→ Exercise directions
Word for word, transcribe the data below from the line with "FILE_DESCRIPTION((''),'2;1');" to the line with "#26=IFCINDEXEDPOLYGONALFACE((1,5,6,2));", keeping both of those lines.

(Collected data)

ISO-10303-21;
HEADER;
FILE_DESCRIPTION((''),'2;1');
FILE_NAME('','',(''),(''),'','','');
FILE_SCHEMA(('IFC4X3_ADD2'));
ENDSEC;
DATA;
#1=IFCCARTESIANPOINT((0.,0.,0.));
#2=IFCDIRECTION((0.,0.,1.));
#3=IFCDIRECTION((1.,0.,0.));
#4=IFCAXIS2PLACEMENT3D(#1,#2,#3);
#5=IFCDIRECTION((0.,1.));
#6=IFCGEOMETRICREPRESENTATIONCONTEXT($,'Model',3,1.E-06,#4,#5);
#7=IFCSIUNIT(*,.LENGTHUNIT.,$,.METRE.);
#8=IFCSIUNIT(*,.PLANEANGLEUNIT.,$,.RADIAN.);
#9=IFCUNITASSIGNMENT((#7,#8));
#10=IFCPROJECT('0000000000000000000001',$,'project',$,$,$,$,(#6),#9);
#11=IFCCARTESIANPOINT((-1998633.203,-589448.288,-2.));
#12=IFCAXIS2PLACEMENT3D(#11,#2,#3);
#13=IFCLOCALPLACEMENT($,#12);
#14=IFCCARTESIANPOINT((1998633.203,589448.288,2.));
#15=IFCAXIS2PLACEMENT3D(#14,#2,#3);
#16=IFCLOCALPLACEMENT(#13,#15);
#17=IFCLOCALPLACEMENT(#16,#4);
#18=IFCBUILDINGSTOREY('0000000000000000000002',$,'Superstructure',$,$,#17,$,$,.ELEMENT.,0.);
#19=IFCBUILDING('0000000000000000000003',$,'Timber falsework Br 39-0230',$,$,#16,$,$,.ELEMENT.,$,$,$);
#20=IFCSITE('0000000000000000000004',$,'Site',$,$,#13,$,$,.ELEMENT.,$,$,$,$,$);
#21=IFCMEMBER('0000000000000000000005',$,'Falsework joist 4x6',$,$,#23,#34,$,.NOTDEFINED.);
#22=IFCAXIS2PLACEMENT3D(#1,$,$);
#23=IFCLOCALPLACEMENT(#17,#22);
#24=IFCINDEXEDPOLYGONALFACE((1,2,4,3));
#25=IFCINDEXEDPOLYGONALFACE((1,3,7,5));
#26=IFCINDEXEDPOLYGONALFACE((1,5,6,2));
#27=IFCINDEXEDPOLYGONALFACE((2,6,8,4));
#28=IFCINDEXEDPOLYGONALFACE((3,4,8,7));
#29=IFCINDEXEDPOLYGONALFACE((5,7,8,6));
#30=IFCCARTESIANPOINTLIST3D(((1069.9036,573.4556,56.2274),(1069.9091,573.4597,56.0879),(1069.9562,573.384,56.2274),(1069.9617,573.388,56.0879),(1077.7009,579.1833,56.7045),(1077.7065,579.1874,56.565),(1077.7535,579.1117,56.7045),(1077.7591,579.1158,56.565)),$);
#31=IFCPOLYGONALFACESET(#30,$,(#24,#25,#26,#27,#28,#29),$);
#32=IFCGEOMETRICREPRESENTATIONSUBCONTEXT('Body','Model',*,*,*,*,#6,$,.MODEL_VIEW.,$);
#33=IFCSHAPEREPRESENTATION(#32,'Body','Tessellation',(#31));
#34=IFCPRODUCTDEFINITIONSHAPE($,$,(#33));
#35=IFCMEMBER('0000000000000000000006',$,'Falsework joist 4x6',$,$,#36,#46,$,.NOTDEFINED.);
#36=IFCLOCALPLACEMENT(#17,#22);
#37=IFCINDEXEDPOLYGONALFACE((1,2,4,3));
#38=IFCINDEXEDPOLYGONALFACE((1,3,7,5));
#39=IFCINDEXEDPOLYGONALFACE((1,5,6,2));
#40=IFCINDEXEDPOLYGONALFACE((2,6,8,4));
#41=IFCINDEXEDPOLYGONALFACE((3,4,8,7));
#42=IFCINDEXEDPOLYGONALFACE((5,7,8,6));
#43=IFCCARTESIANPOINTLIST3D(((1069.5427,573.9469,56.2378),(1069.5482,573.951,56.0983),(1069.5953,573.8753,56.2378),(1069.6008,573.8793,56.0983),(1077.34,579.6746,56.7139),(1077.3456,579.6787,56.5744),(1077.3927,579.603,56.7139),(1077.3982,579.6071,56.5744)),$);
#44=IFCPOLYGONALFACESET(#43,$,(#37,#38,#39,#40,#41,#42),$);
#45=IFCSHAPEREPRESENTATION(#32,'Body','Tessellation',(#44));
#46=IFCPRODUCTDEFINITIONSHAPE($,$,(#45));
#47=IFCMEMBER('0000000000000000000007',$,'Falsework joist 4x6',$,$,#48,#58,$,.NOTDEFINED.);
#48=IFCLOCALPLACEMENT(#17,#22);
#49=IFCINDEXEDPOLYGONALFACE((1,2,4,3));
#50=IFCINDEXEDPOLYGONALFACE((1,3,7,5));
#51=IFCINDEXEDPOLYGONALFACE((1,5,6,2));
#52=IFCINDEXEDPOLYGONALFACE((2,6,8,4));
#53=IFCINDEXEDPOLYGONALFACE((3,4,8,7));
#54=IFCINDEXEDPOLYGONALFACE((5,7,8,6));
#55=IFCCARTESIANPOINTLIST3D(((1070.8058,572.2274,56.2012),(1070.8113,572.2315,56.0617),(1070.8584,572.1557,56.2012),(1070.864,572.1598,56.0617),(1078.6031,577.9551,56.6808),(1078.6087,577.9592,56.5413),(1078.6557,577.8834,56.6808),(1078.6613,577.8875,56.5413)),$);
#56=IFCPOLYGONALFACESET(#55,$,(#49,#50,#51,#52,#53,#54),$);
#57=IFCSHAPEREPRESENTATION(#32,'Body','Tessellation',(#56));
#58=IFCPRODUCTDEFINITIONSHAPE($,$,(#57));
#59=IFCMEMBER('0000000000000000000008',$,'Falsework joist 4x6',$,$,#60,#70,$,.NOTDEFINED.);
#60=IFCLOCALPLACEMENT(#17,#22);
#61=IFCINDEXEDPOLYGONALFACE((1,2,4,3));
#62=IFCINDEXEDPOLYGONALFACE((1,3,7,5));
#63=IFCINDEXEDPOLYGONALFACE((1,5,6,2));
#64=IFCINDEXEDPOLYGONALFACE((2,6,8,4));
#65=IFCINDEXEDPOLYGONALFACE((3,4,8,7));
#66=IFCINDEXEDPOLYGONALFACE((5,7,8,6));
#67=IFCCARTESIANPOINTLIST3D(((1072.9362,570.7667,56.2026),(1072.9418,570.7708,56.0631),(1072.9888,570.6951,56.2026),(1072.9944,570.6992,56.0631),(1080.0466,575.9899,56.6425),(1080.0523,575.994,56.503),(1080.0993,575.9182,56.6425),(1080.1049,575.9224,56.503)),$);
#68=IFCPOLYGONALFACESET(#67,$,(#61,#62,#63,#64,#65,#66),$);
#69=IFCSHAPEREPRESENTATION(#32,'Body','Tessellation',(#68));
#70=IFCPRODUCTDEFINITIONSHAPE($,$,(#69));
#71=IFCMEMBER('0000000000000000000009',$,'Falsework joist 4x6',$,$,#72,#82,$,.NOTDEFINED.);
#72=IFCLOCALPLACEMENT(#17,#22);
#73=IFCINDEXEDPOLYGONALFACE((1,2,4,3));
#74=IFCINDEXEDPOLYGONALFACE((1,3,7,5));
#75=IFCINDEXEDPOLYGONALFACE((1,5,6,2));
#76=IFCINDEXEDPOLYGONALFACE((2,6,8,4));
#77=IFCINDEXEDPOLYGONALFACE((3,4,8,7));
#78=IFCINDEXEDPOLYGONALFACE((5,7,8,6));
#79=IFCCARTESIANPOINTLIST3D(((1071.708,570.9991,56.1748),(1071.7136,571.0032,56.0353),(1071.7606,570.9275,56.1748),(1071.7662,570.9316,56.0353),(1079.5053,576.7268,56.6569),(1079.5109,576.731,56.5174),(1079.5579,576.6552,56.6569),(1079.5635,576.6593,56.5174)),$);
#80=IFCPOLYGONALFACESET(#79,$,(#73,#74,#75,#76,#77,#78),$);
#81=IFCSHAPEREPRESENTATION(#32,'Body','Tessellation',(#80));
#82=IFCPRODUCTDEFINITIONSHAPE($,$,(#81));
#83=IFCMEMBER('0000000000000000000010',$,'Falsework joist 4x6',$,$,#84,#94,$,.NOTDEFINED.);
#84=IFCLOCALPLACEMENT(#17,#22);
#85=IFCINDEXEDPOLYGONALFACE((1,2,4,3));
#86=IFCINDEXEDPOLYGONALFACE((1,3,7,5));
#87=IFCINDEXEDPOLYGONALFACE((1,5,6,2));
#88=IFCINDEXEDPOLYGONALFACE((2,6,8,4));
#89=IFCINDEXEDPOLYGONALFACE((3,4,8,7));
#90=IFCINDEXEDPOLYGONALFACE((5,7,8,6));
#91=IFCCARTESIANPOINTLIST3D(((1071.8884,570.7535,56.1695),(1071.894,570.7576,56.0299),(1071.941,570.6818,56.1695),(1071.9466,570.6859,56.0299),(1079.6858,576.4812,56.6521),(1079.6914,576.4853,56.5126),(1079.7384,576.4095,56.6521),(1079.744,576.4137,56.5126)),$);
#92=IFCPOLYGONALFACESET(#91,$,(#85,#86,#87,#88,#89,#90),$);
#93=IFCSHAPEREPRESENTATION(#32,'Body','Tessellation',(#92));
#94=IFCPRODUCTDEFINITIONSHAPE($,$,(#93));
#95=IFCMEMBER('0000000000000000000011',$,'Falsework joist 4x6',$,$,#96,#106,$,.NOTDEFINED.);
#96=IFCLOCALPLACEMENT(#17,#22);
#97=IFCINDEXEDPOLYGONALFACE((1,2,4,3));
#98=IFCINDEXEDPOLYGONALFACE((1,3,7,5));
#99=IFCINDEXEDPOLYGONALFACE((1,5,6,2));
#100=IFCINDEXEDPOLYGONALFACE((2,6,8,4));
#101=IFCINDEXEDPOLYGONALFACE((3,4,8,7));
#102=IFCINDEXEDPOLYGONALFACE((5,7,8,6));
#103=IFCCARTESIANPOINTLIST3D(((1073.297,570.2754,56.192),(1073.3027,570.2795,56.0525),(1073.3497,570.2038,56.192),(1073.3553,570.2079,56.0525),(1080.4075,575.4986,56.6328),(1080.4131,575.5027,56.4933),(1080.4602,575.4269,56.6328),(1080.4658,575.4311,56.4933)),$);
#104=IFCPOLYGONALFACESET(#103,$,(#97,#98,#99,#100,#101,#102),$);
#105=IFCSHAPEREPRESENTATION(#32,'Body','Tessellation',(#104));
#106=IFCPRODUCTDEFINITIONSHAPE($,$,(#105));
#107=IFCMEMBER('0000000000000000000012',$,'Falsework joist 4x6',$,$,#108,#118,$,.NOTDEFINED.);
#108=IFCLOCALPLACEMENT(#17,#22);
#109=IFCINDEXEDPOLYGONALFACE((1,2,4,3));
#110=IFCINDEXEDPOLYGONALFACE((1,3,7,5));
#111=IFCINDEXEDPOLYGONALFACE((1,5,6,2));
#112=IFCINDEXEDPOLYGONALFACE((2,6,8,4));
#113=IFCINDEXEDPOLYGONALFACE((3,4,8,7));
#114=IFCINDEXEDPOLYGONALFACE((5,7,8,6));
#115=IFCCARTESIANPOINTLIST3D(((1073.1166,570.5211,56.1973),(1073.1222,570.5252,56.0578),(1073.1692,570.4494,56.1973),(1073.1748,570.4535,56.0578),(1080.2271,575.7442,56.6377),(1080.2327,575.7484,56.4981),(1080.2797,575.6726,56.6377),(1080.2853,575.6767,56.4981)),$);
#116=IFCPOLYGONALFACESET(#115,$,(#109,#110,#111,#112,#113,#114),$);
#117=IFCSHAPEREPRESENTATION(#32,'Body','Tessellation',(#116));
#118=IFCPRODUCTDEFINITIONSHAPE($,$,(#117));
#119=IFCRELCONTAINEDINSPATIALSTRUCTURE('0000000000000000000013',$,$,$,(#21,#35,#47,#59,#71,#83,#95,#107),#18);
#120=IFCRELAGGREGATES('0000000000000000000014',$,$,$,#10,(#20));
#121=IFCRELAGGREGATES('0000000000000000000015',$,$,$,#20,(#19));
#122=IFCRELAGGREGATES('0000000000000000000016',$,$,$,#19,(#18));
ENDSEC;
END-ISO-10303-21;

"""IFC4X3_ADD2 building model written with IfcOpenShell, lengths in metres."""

from ifc_helpers import new_model, si_unit, direction, frame, frame_2d, origin, origin_with_axes, place, context, subcontext, project, spatial, rectangle, extrude, element, save


model = new_model("IFC4X3_ADD2")

# Units and contexts
model_context = context("Model", 3, precision=1e-06, world=origin_with_axes(), true_north=direction((0.0, 1.0)))
body_context = subcontext(model_context, "Body", "Model", "MODEL_VIEW")
ifc_project = project(units=[si_unit("LENGTHUNIT", "METRE"), si_unit("PLANEANGLEUNIT", "RADIAN")], contexts=[model_context])

# Site, building, storey
site_placement = place(None, frame((-1998633.203, -589448.288, -2.0), z_axis=(0.0, 0.0, 1.0), x_axis=(1.0, 0.0, 0.0)))
site = spatial("IfcSite", under=ifc_project, at=site_placement, Name="Site", CompositionType="ELEMENT")
building_placement = place(site_placement, frame((1998633.203, 589448.288, 2.0), z_axis=(0.0, 0.0, 1.0), x_axis=(1.0, 0.0, 0.0)))
building = spatial("IfcBuilding", under=site, at=building_placement, Name="Timber falsework Br 39-0230", CompositionType="ELEMENT")
storey_placement = place(building_placement, origin_with_axes())
storey = spatial("IfcBuildingStorey", under=building, at=storey_placement, Name="Superstructure", CompositionType="ELEMENT", Elevation=0.0)

# Members
member_1_placement = place(storey_placement, frame((1069.9354, 573.4239, 56.0879), z_axis=(0.80495, 0.591295, 0.049254), x_axis=(-0.592013, 0.805928, 0.0)))
element("IfcMember", 1, at=member_1_placement, inside=storey, Name="Falsework joist 4x6", PredefinedType="NOTDEFINED", context=body_context, shape_type="SweptSolid", body=[
    extrude(rectangle(XDim=0.0889, YDim=0.1397, at=frame_2d((0.0, 0.0698))), origin(), (0.0, 0.0, 1.0), 9.6868),
])
member_2_placement = place(storey_placement, frame((1069.5745, 573.9152, 56.0983), z_axis=(0.804954, 0.591298, 0.04915), x_axis=(-0.592013, 0.805928, 0.0)))
element("IfcMember", 2, at=member_2_placement, inside=storey, Name="Falsework joist 4x6", PredefinedType="NOTDEFINED", context=body_context, shape_type="SweptSolid", body=[
    extrude(rectangle(XDim=0.0889, YDim=0.1397, at=frame_2d((0.0, 0.0698))), origin(), (0.0, 0.0, 1.0), 9.6867),
])
member_3_placement = place(storey_placement, frame((1070.8376, 572.1956, 56.0617), z_axis=(0.80494, 0.591287, 0.049514), x_axis=(-0.592013, 0.805928, 0.0)))
element("IfcMember", 3, at=member_3_placement, inside=storey, Name="Falsework joist 4x6", PredefinedType="NOTDEFINED", context=body_context, shape_type="SweptSolid", body=[
    extrude(rectangle(XDim=0.0889, YDim=0.1397, at=frame_2d((0.0, 0.0698))), origin(), (0.0, 0.0, 1.0), 9.6869),
])
member_4_placement = place(storey_placement, frame((1072.9681, 570.735, 56.0631), z_axis=(0.804928, 0.591279, 0.049798), x_axis=(-0.592013, 0.805928, 0.0)))
element("IfcMember", 4, at=member_4_placement, inside=storey, Name="Falsework joist 4x6", PredefinedType="NOTDEFINED", context=body_context, shape_type="SweptSolid", body=[
    extrude(rectangle(XDim=0.0889, YDim=0.1397, at=frame_2d((0.0, 0.0698))), origin(), (0.0, 0.0, 1.0), 8.8337),
])
member_5_placement = place(storey_placement, frame((1071.7399, 570.9674, 56.0353), z_axis=(0.804929, 0.591279, 0.049773), x_axis=(-0.592013, 0.805928, 0.0)))
element("IfcMember", 5, at=member_5_placement, inside=storey, Name="Falsework joist 4x6", PredefinedType="NOTDEFINED", context=body_context, shape_type="SweptSolid", body=[
    extrude(rectangle(XDim=0.0889, YDim=0.1397, at=frame_2d((0.0, 0.0698))), origin(), (0.0, 0.0, 1.0), 9.687),
])
member_6_placement = place(storey_placement, frame((1071.9203, 570.7218, 56.0299), z_axis=(0.804927, 0.591278, 0.049825), x_axis=(-0.592013, 0.805928, 0.0)))
element("IfcMember", 6, at=member_6_placement, inside=storey, Name="Falsework joist 4x6", PredefinedType="NOTDEFINED", context=body_context, shape_type="SweptSolid", body=[
    extrude(rectangle(XDim=0.0889, YDim=0.1397, at=frame_2d((0.0, 0.0698))), origin(), (0.0, 0.0, 1.0), 9.687),
])
member_7_placement = place(storey_placement, frame((1073.329, 570.2437, 56.0525), z_axis=(0.804924, 0.591276, 0.049902), x_axis=(-0.592013, 0.805928, 0.0)))
element("IfcMember", 7, at=member_7_placement, inside=storey, Name="Falsework joist 4x6", PredefinedType="NOTDEFINED", context=body_context, shape_type="SweptSolid", body=[
    extrude(rectangle(XDim=0.0889, YDim=0.1397, at=frame_2d((0.0, 0.0698))), origin(), (0.0, 0.0, 1.0), 8.8337),
])
member_8_placement = place(storey_placement, frame((1073.1485, 570.4894, 56.0578), z_axis=(0.804926, 0.591277, 0.04985), x_axis=(-0.592013, 0.805928, 0.0)))
element("IfcMember", 8, at=member_8_placement, inside=storey, Name="Falsework joist 4x6", PredefinedType="NOTDEFINED", context=body_context, shape_type="SweptSolid", body=[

→ Output below
FILE_DESCRIPTION((''),'2;1');
FILE_NAME('','',(''),(''),'','','');
FILE_SCHEMA(('IFC4X3_ADD2'));
ENDSEC;
DATA;
#1=IFCCARTESIANPOINT((0.,0.,0.));
#2=IFCDIRECTION((0.,0.,1.));
#3=IFCDIRECTION((1.,0.,0.));
#4=IFCAXIS2PLACEMENT3D(#1,#2,#3);
#5=IFCDIRECTION((0.,1.));
#6=IFCGEOMETRICREPRESENTATIONCONTEXT($,'Model',3,1.E-06,#4,#5);
#7=IFCSIUNIT(*,.LENGTHUNIT.,$,.METRE.);
#8=IFCSIUNIT(*,.PLANEANGLEUNIT.,$,.RADIAN.);
#9=IFCUNITASSIGNMENT((#7,#8));
#10=IFCPROJECT('0000000000000000000001',$,'project',$,$,$,$,(#6),#9);
#11=IFCCARTESIANPOINT((-1998633.203,-589448.288,-2.));
#12=IFCAXIS2PLACEMENT3D(#11,#2,#3);
#13=IFCLOCALPLACEMENT($,#12);
#14=IFCCARTESIANPOINT((1998633.203,589448.288,2.));
#15=IFCAXIS2PLACEMENT3D(#14,#2,#3);
#16=IFCLOCALPLACEMENT(#13,#15);
#17=IFCLOCALPLACEMENT(#16,#4);
#18=IFCBUILDINGSTOREY('0000000000000000000002',$,'Superstructure',$,$,#17,$,$,.ELEMENT.,0.);
#19=IFCBUILDING('0000000000000000000003',$,'Timber falsework Br 39-0230',$,$,#16,$,$,.ELEMENT.,$,$,$);
#20=IFCSITE('0000000000000000000004',$,'Site',$,$,#13,$,$,.ELEMENT.,$,$,$,$,$);
#21=IFCMEMBER('0000000000000000000005',$,'Falsework joist 4x6',$,$,#23,#34,$,.NOTDEFINED.);
#22=IFCAXIS2PLACEMENT3D(#1,$,$);
#23=IFCLOCALPLACEMENT(#17,#22);
#24=IFCINDEXEDPOLYGONALFACE((1,2,4,3));
#25=IFCINDEXEDPOLYGONALFACE((1,3,7,5));
#26=IFCINDEXEDPOLYGONALFACE((1,5,6,2));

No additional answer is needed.